MicroBlaze can be customized to use a hardware divider and a hardware barrel-shifter rather than performing these functions in software. Enabling these processor capabilities consumes more logic but improves performance. In one example, enabling the hardware divider and barrel-shifter adds 414 LCs, but the performance is improved by 18.1%.

Software Bottlenecks Converted to Coprocessing Hardware

Custom hardware logic can be designed to offload an FPGA embedded processor. When a software bottleneck is identified, a designer can choose to convert the bottleneck algorithm into custom hardware. Custom software instructions can then be defined to operate the hardware coprocessor.

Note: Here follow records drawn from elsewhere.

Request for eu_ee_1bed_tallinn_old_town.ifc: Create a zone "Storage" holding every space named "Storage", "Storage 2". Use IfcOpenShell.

First a look at what the model holds.

```python
import ifcopenshell

model = ifcopenshell.open("eu_ee_1bed_tallinn_old_town.ifc")
print(model.schema)
seen = {}
for space in model.by_type("IfcSpace"):
    seen[space.LongName] = seen.get(space.LongName, 0) + 1
for name, count in sorted(seen.items(), key=str):
    print(count, "x", name)
print("zones:", [z.Name for z in model.by_type("IfcZone")][:20])
```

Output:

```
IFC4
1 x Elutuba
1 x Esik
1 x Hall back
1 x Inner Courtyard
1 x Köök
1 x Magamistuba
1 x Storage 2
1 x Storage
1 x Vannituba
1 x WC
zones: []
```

```python
import ifcopenshell
import ifcopenshell.api.group
import ifcopenshell.api.root

model = ifcopenshell.open("eu_ee_1bed_tallinn_old_town.ifc")

names = {"Storage", "Storage 2"}
spaces = [s for s in model.by_type("IfcSpace") if s.LongName in names]

zone = ifcopenshell.api.root.create_entity(model, ifc_class="IfcZone", name="Storage")
ifcopenshell.api.group.assign_group(model, products=spaces, group=zone)
print(len(spaces), "spaces in", zone.Name)

model.write("eu_ee_1bed_tallinn_old_town_edited.ifc")
```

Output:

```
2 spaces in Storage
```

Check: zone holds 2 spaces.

Both MicroBlaze and Virtex-4 PowerPC include very low-latency access points into the processor, which are ideal for connecting custom coprocessing hardware. Virtex-4 introduces the Auxiliary Processing Unit (APU) for the PowerPC. The APU provides a direct connection from the PowerPC to co-processing hardware. In MicroBlaze, the low-latency interface is called the Fast Simplex Link (FSL) bus. The FSL bus contains multiple channels of dedicated, unidirectional, 32-bit interfaces. Because the FSL channels are dedicated, no arbitration or bus mastering is required. This allows an extremely fast interface to the processor.

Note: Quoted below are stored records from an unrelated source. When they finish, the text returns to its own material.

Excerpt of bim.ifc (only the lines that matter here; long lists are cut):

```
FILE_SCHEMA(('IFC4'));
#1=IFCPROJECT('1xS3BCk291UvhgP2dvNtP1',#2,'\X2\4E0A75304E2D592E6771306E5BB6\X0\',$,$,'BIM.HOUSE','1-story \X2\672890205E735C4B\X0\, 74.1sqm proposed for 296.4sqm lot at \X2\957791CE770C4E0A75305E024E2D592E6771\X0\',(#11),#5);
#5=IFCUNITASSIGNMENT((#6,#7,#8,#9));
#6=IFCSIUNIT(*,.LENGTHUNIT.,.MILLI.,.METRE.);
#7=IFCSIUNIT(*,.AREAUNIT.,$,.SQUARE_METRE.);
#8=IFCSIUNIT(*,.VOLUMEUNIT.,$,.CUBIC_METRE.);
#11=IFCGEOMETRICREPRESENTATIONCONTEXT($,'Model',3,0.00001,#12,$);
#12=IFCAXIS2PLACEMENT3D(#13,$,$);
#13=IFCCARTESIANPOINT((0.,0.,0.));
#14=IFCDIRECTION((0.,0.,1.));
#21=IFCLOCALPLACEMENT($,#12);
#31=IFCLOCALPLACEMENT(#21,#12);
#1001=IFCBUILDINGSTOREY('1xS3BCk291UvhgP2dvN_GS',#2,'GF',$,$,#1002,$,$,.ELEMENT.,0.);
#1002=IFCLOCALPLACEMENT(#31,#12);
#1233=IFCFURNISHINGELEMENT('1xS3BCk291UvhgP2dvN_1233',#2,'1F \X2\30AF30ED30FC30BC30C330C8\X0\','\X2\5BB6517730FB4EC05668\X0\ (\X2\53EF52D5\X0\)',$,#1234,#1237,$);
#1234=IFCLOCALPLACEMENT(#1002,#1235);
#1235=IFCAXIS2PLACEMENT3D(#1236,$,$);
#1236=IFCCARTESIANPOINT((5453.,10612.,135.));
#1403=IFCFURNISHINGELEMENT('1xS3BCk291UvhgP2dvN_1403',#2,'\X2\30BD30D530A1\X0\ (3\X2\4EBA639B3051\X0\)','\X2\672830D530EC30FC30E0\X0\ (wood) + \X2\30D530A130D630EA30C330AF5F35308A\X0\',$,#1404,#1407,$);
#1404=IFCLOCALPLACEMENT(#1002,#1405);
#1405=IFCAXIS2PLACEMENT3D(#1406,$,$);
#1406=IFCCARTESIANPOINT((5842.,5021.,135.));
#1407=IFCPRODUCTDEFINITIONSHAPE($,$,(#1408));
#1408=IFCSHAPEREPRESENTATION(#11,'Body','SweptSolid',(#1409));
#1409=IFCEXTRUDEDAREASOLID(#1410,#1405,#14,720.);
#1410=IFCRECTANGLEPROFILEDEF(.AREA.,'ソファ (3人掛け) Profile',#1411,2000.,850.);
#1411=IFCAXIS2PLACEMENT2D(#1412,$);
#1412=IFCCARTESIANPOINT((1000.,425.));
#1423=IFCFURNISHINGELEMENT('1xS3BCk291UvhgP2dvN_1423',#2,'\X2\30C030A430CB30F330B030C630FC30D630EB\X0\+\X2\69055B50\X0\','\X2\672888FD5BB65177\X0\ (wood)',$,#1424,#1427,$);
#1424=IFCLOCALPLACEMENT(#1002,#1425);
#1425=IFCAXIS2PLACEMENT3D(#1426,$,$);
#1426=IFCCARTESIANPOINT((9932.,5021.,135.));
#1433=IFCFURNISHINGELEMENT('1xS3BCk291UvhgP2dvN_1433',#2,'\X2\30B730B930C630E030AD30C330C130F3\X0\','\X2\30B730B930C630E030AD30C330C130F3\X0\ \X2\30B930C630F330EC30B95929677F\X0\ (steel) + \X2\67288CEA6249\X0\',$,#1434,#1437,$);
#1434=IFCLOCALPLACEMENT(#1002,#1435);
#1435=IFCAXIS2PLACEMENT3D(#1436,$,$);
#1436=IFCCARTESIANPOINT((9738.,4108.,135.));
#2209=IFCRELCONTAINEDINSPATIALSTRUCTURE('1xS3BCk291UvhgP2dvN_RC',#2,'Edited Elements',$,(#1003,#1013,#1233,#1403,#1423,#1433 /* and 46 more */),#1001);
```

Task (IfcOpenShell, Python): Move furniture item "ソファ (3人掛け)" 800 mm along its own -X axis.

```python
import ifcopenshell
import ifcopenshell.api.geometry
import ifcopenshell.util.placement

model = ifcopenshell.open("bim.ifc")

item = model.by_id(1403)
matrix = ifcopenshell.util.placement.get_local_placement(item.ObjectPlacement)
matrix[:3, 3] -= matrix[:3, 0] * 800.0
ifcopenshell.api.geometry.edit_object_placement(model, product=item, matrix=matrix, is_si=False)

print(ifcopenshell.util.placement.get_local_placement(item.ObjectPlacement).round(3) + 0.0)

model.write("bim-out.ifc")
```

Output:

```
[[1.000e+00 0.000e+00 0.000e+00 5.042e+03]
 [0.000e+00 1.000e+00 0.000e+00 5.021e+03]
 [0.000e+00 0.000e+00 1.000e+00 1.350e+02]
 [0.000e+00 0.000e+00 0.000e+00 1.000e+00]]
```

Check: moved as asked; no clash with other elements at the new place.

Converting a software bottleneck into hardware may seem like a very difficult task. Traditionally, a software designer identifies the bottleneck, after which the algorithm is transitioned to an FPGA designer who writes VHDL or Verilog code to create the hardware coprocessor. Fortunately, this process has been greatly simplified by tools that can generate FPGA hardware from C code. One such tool is CoDeveloper from Impulse Accelerated Technologies. This tool allows one designer who is familiar with C to port a software bottle neck into a custom piece of coprocessing FPGA hardware using CoDeveloper's Impulse C libraries.

Here are some examples of algorithms that could be targeted for hardware-based coprocessors:

Inverse Discrete Cosine Transformation, used in JPEG 2000
Fast Fourier Transform
MP3 decode
Triple-DES and AES encryption
Matrix manipulation

Any operation that is algorithmic, mathematical, or parallel is a good candidate for a hardware coprocessor. FPGA logic consumption is traded for performance. The advantages can be enormous, improving performance by tens or hundreds of times.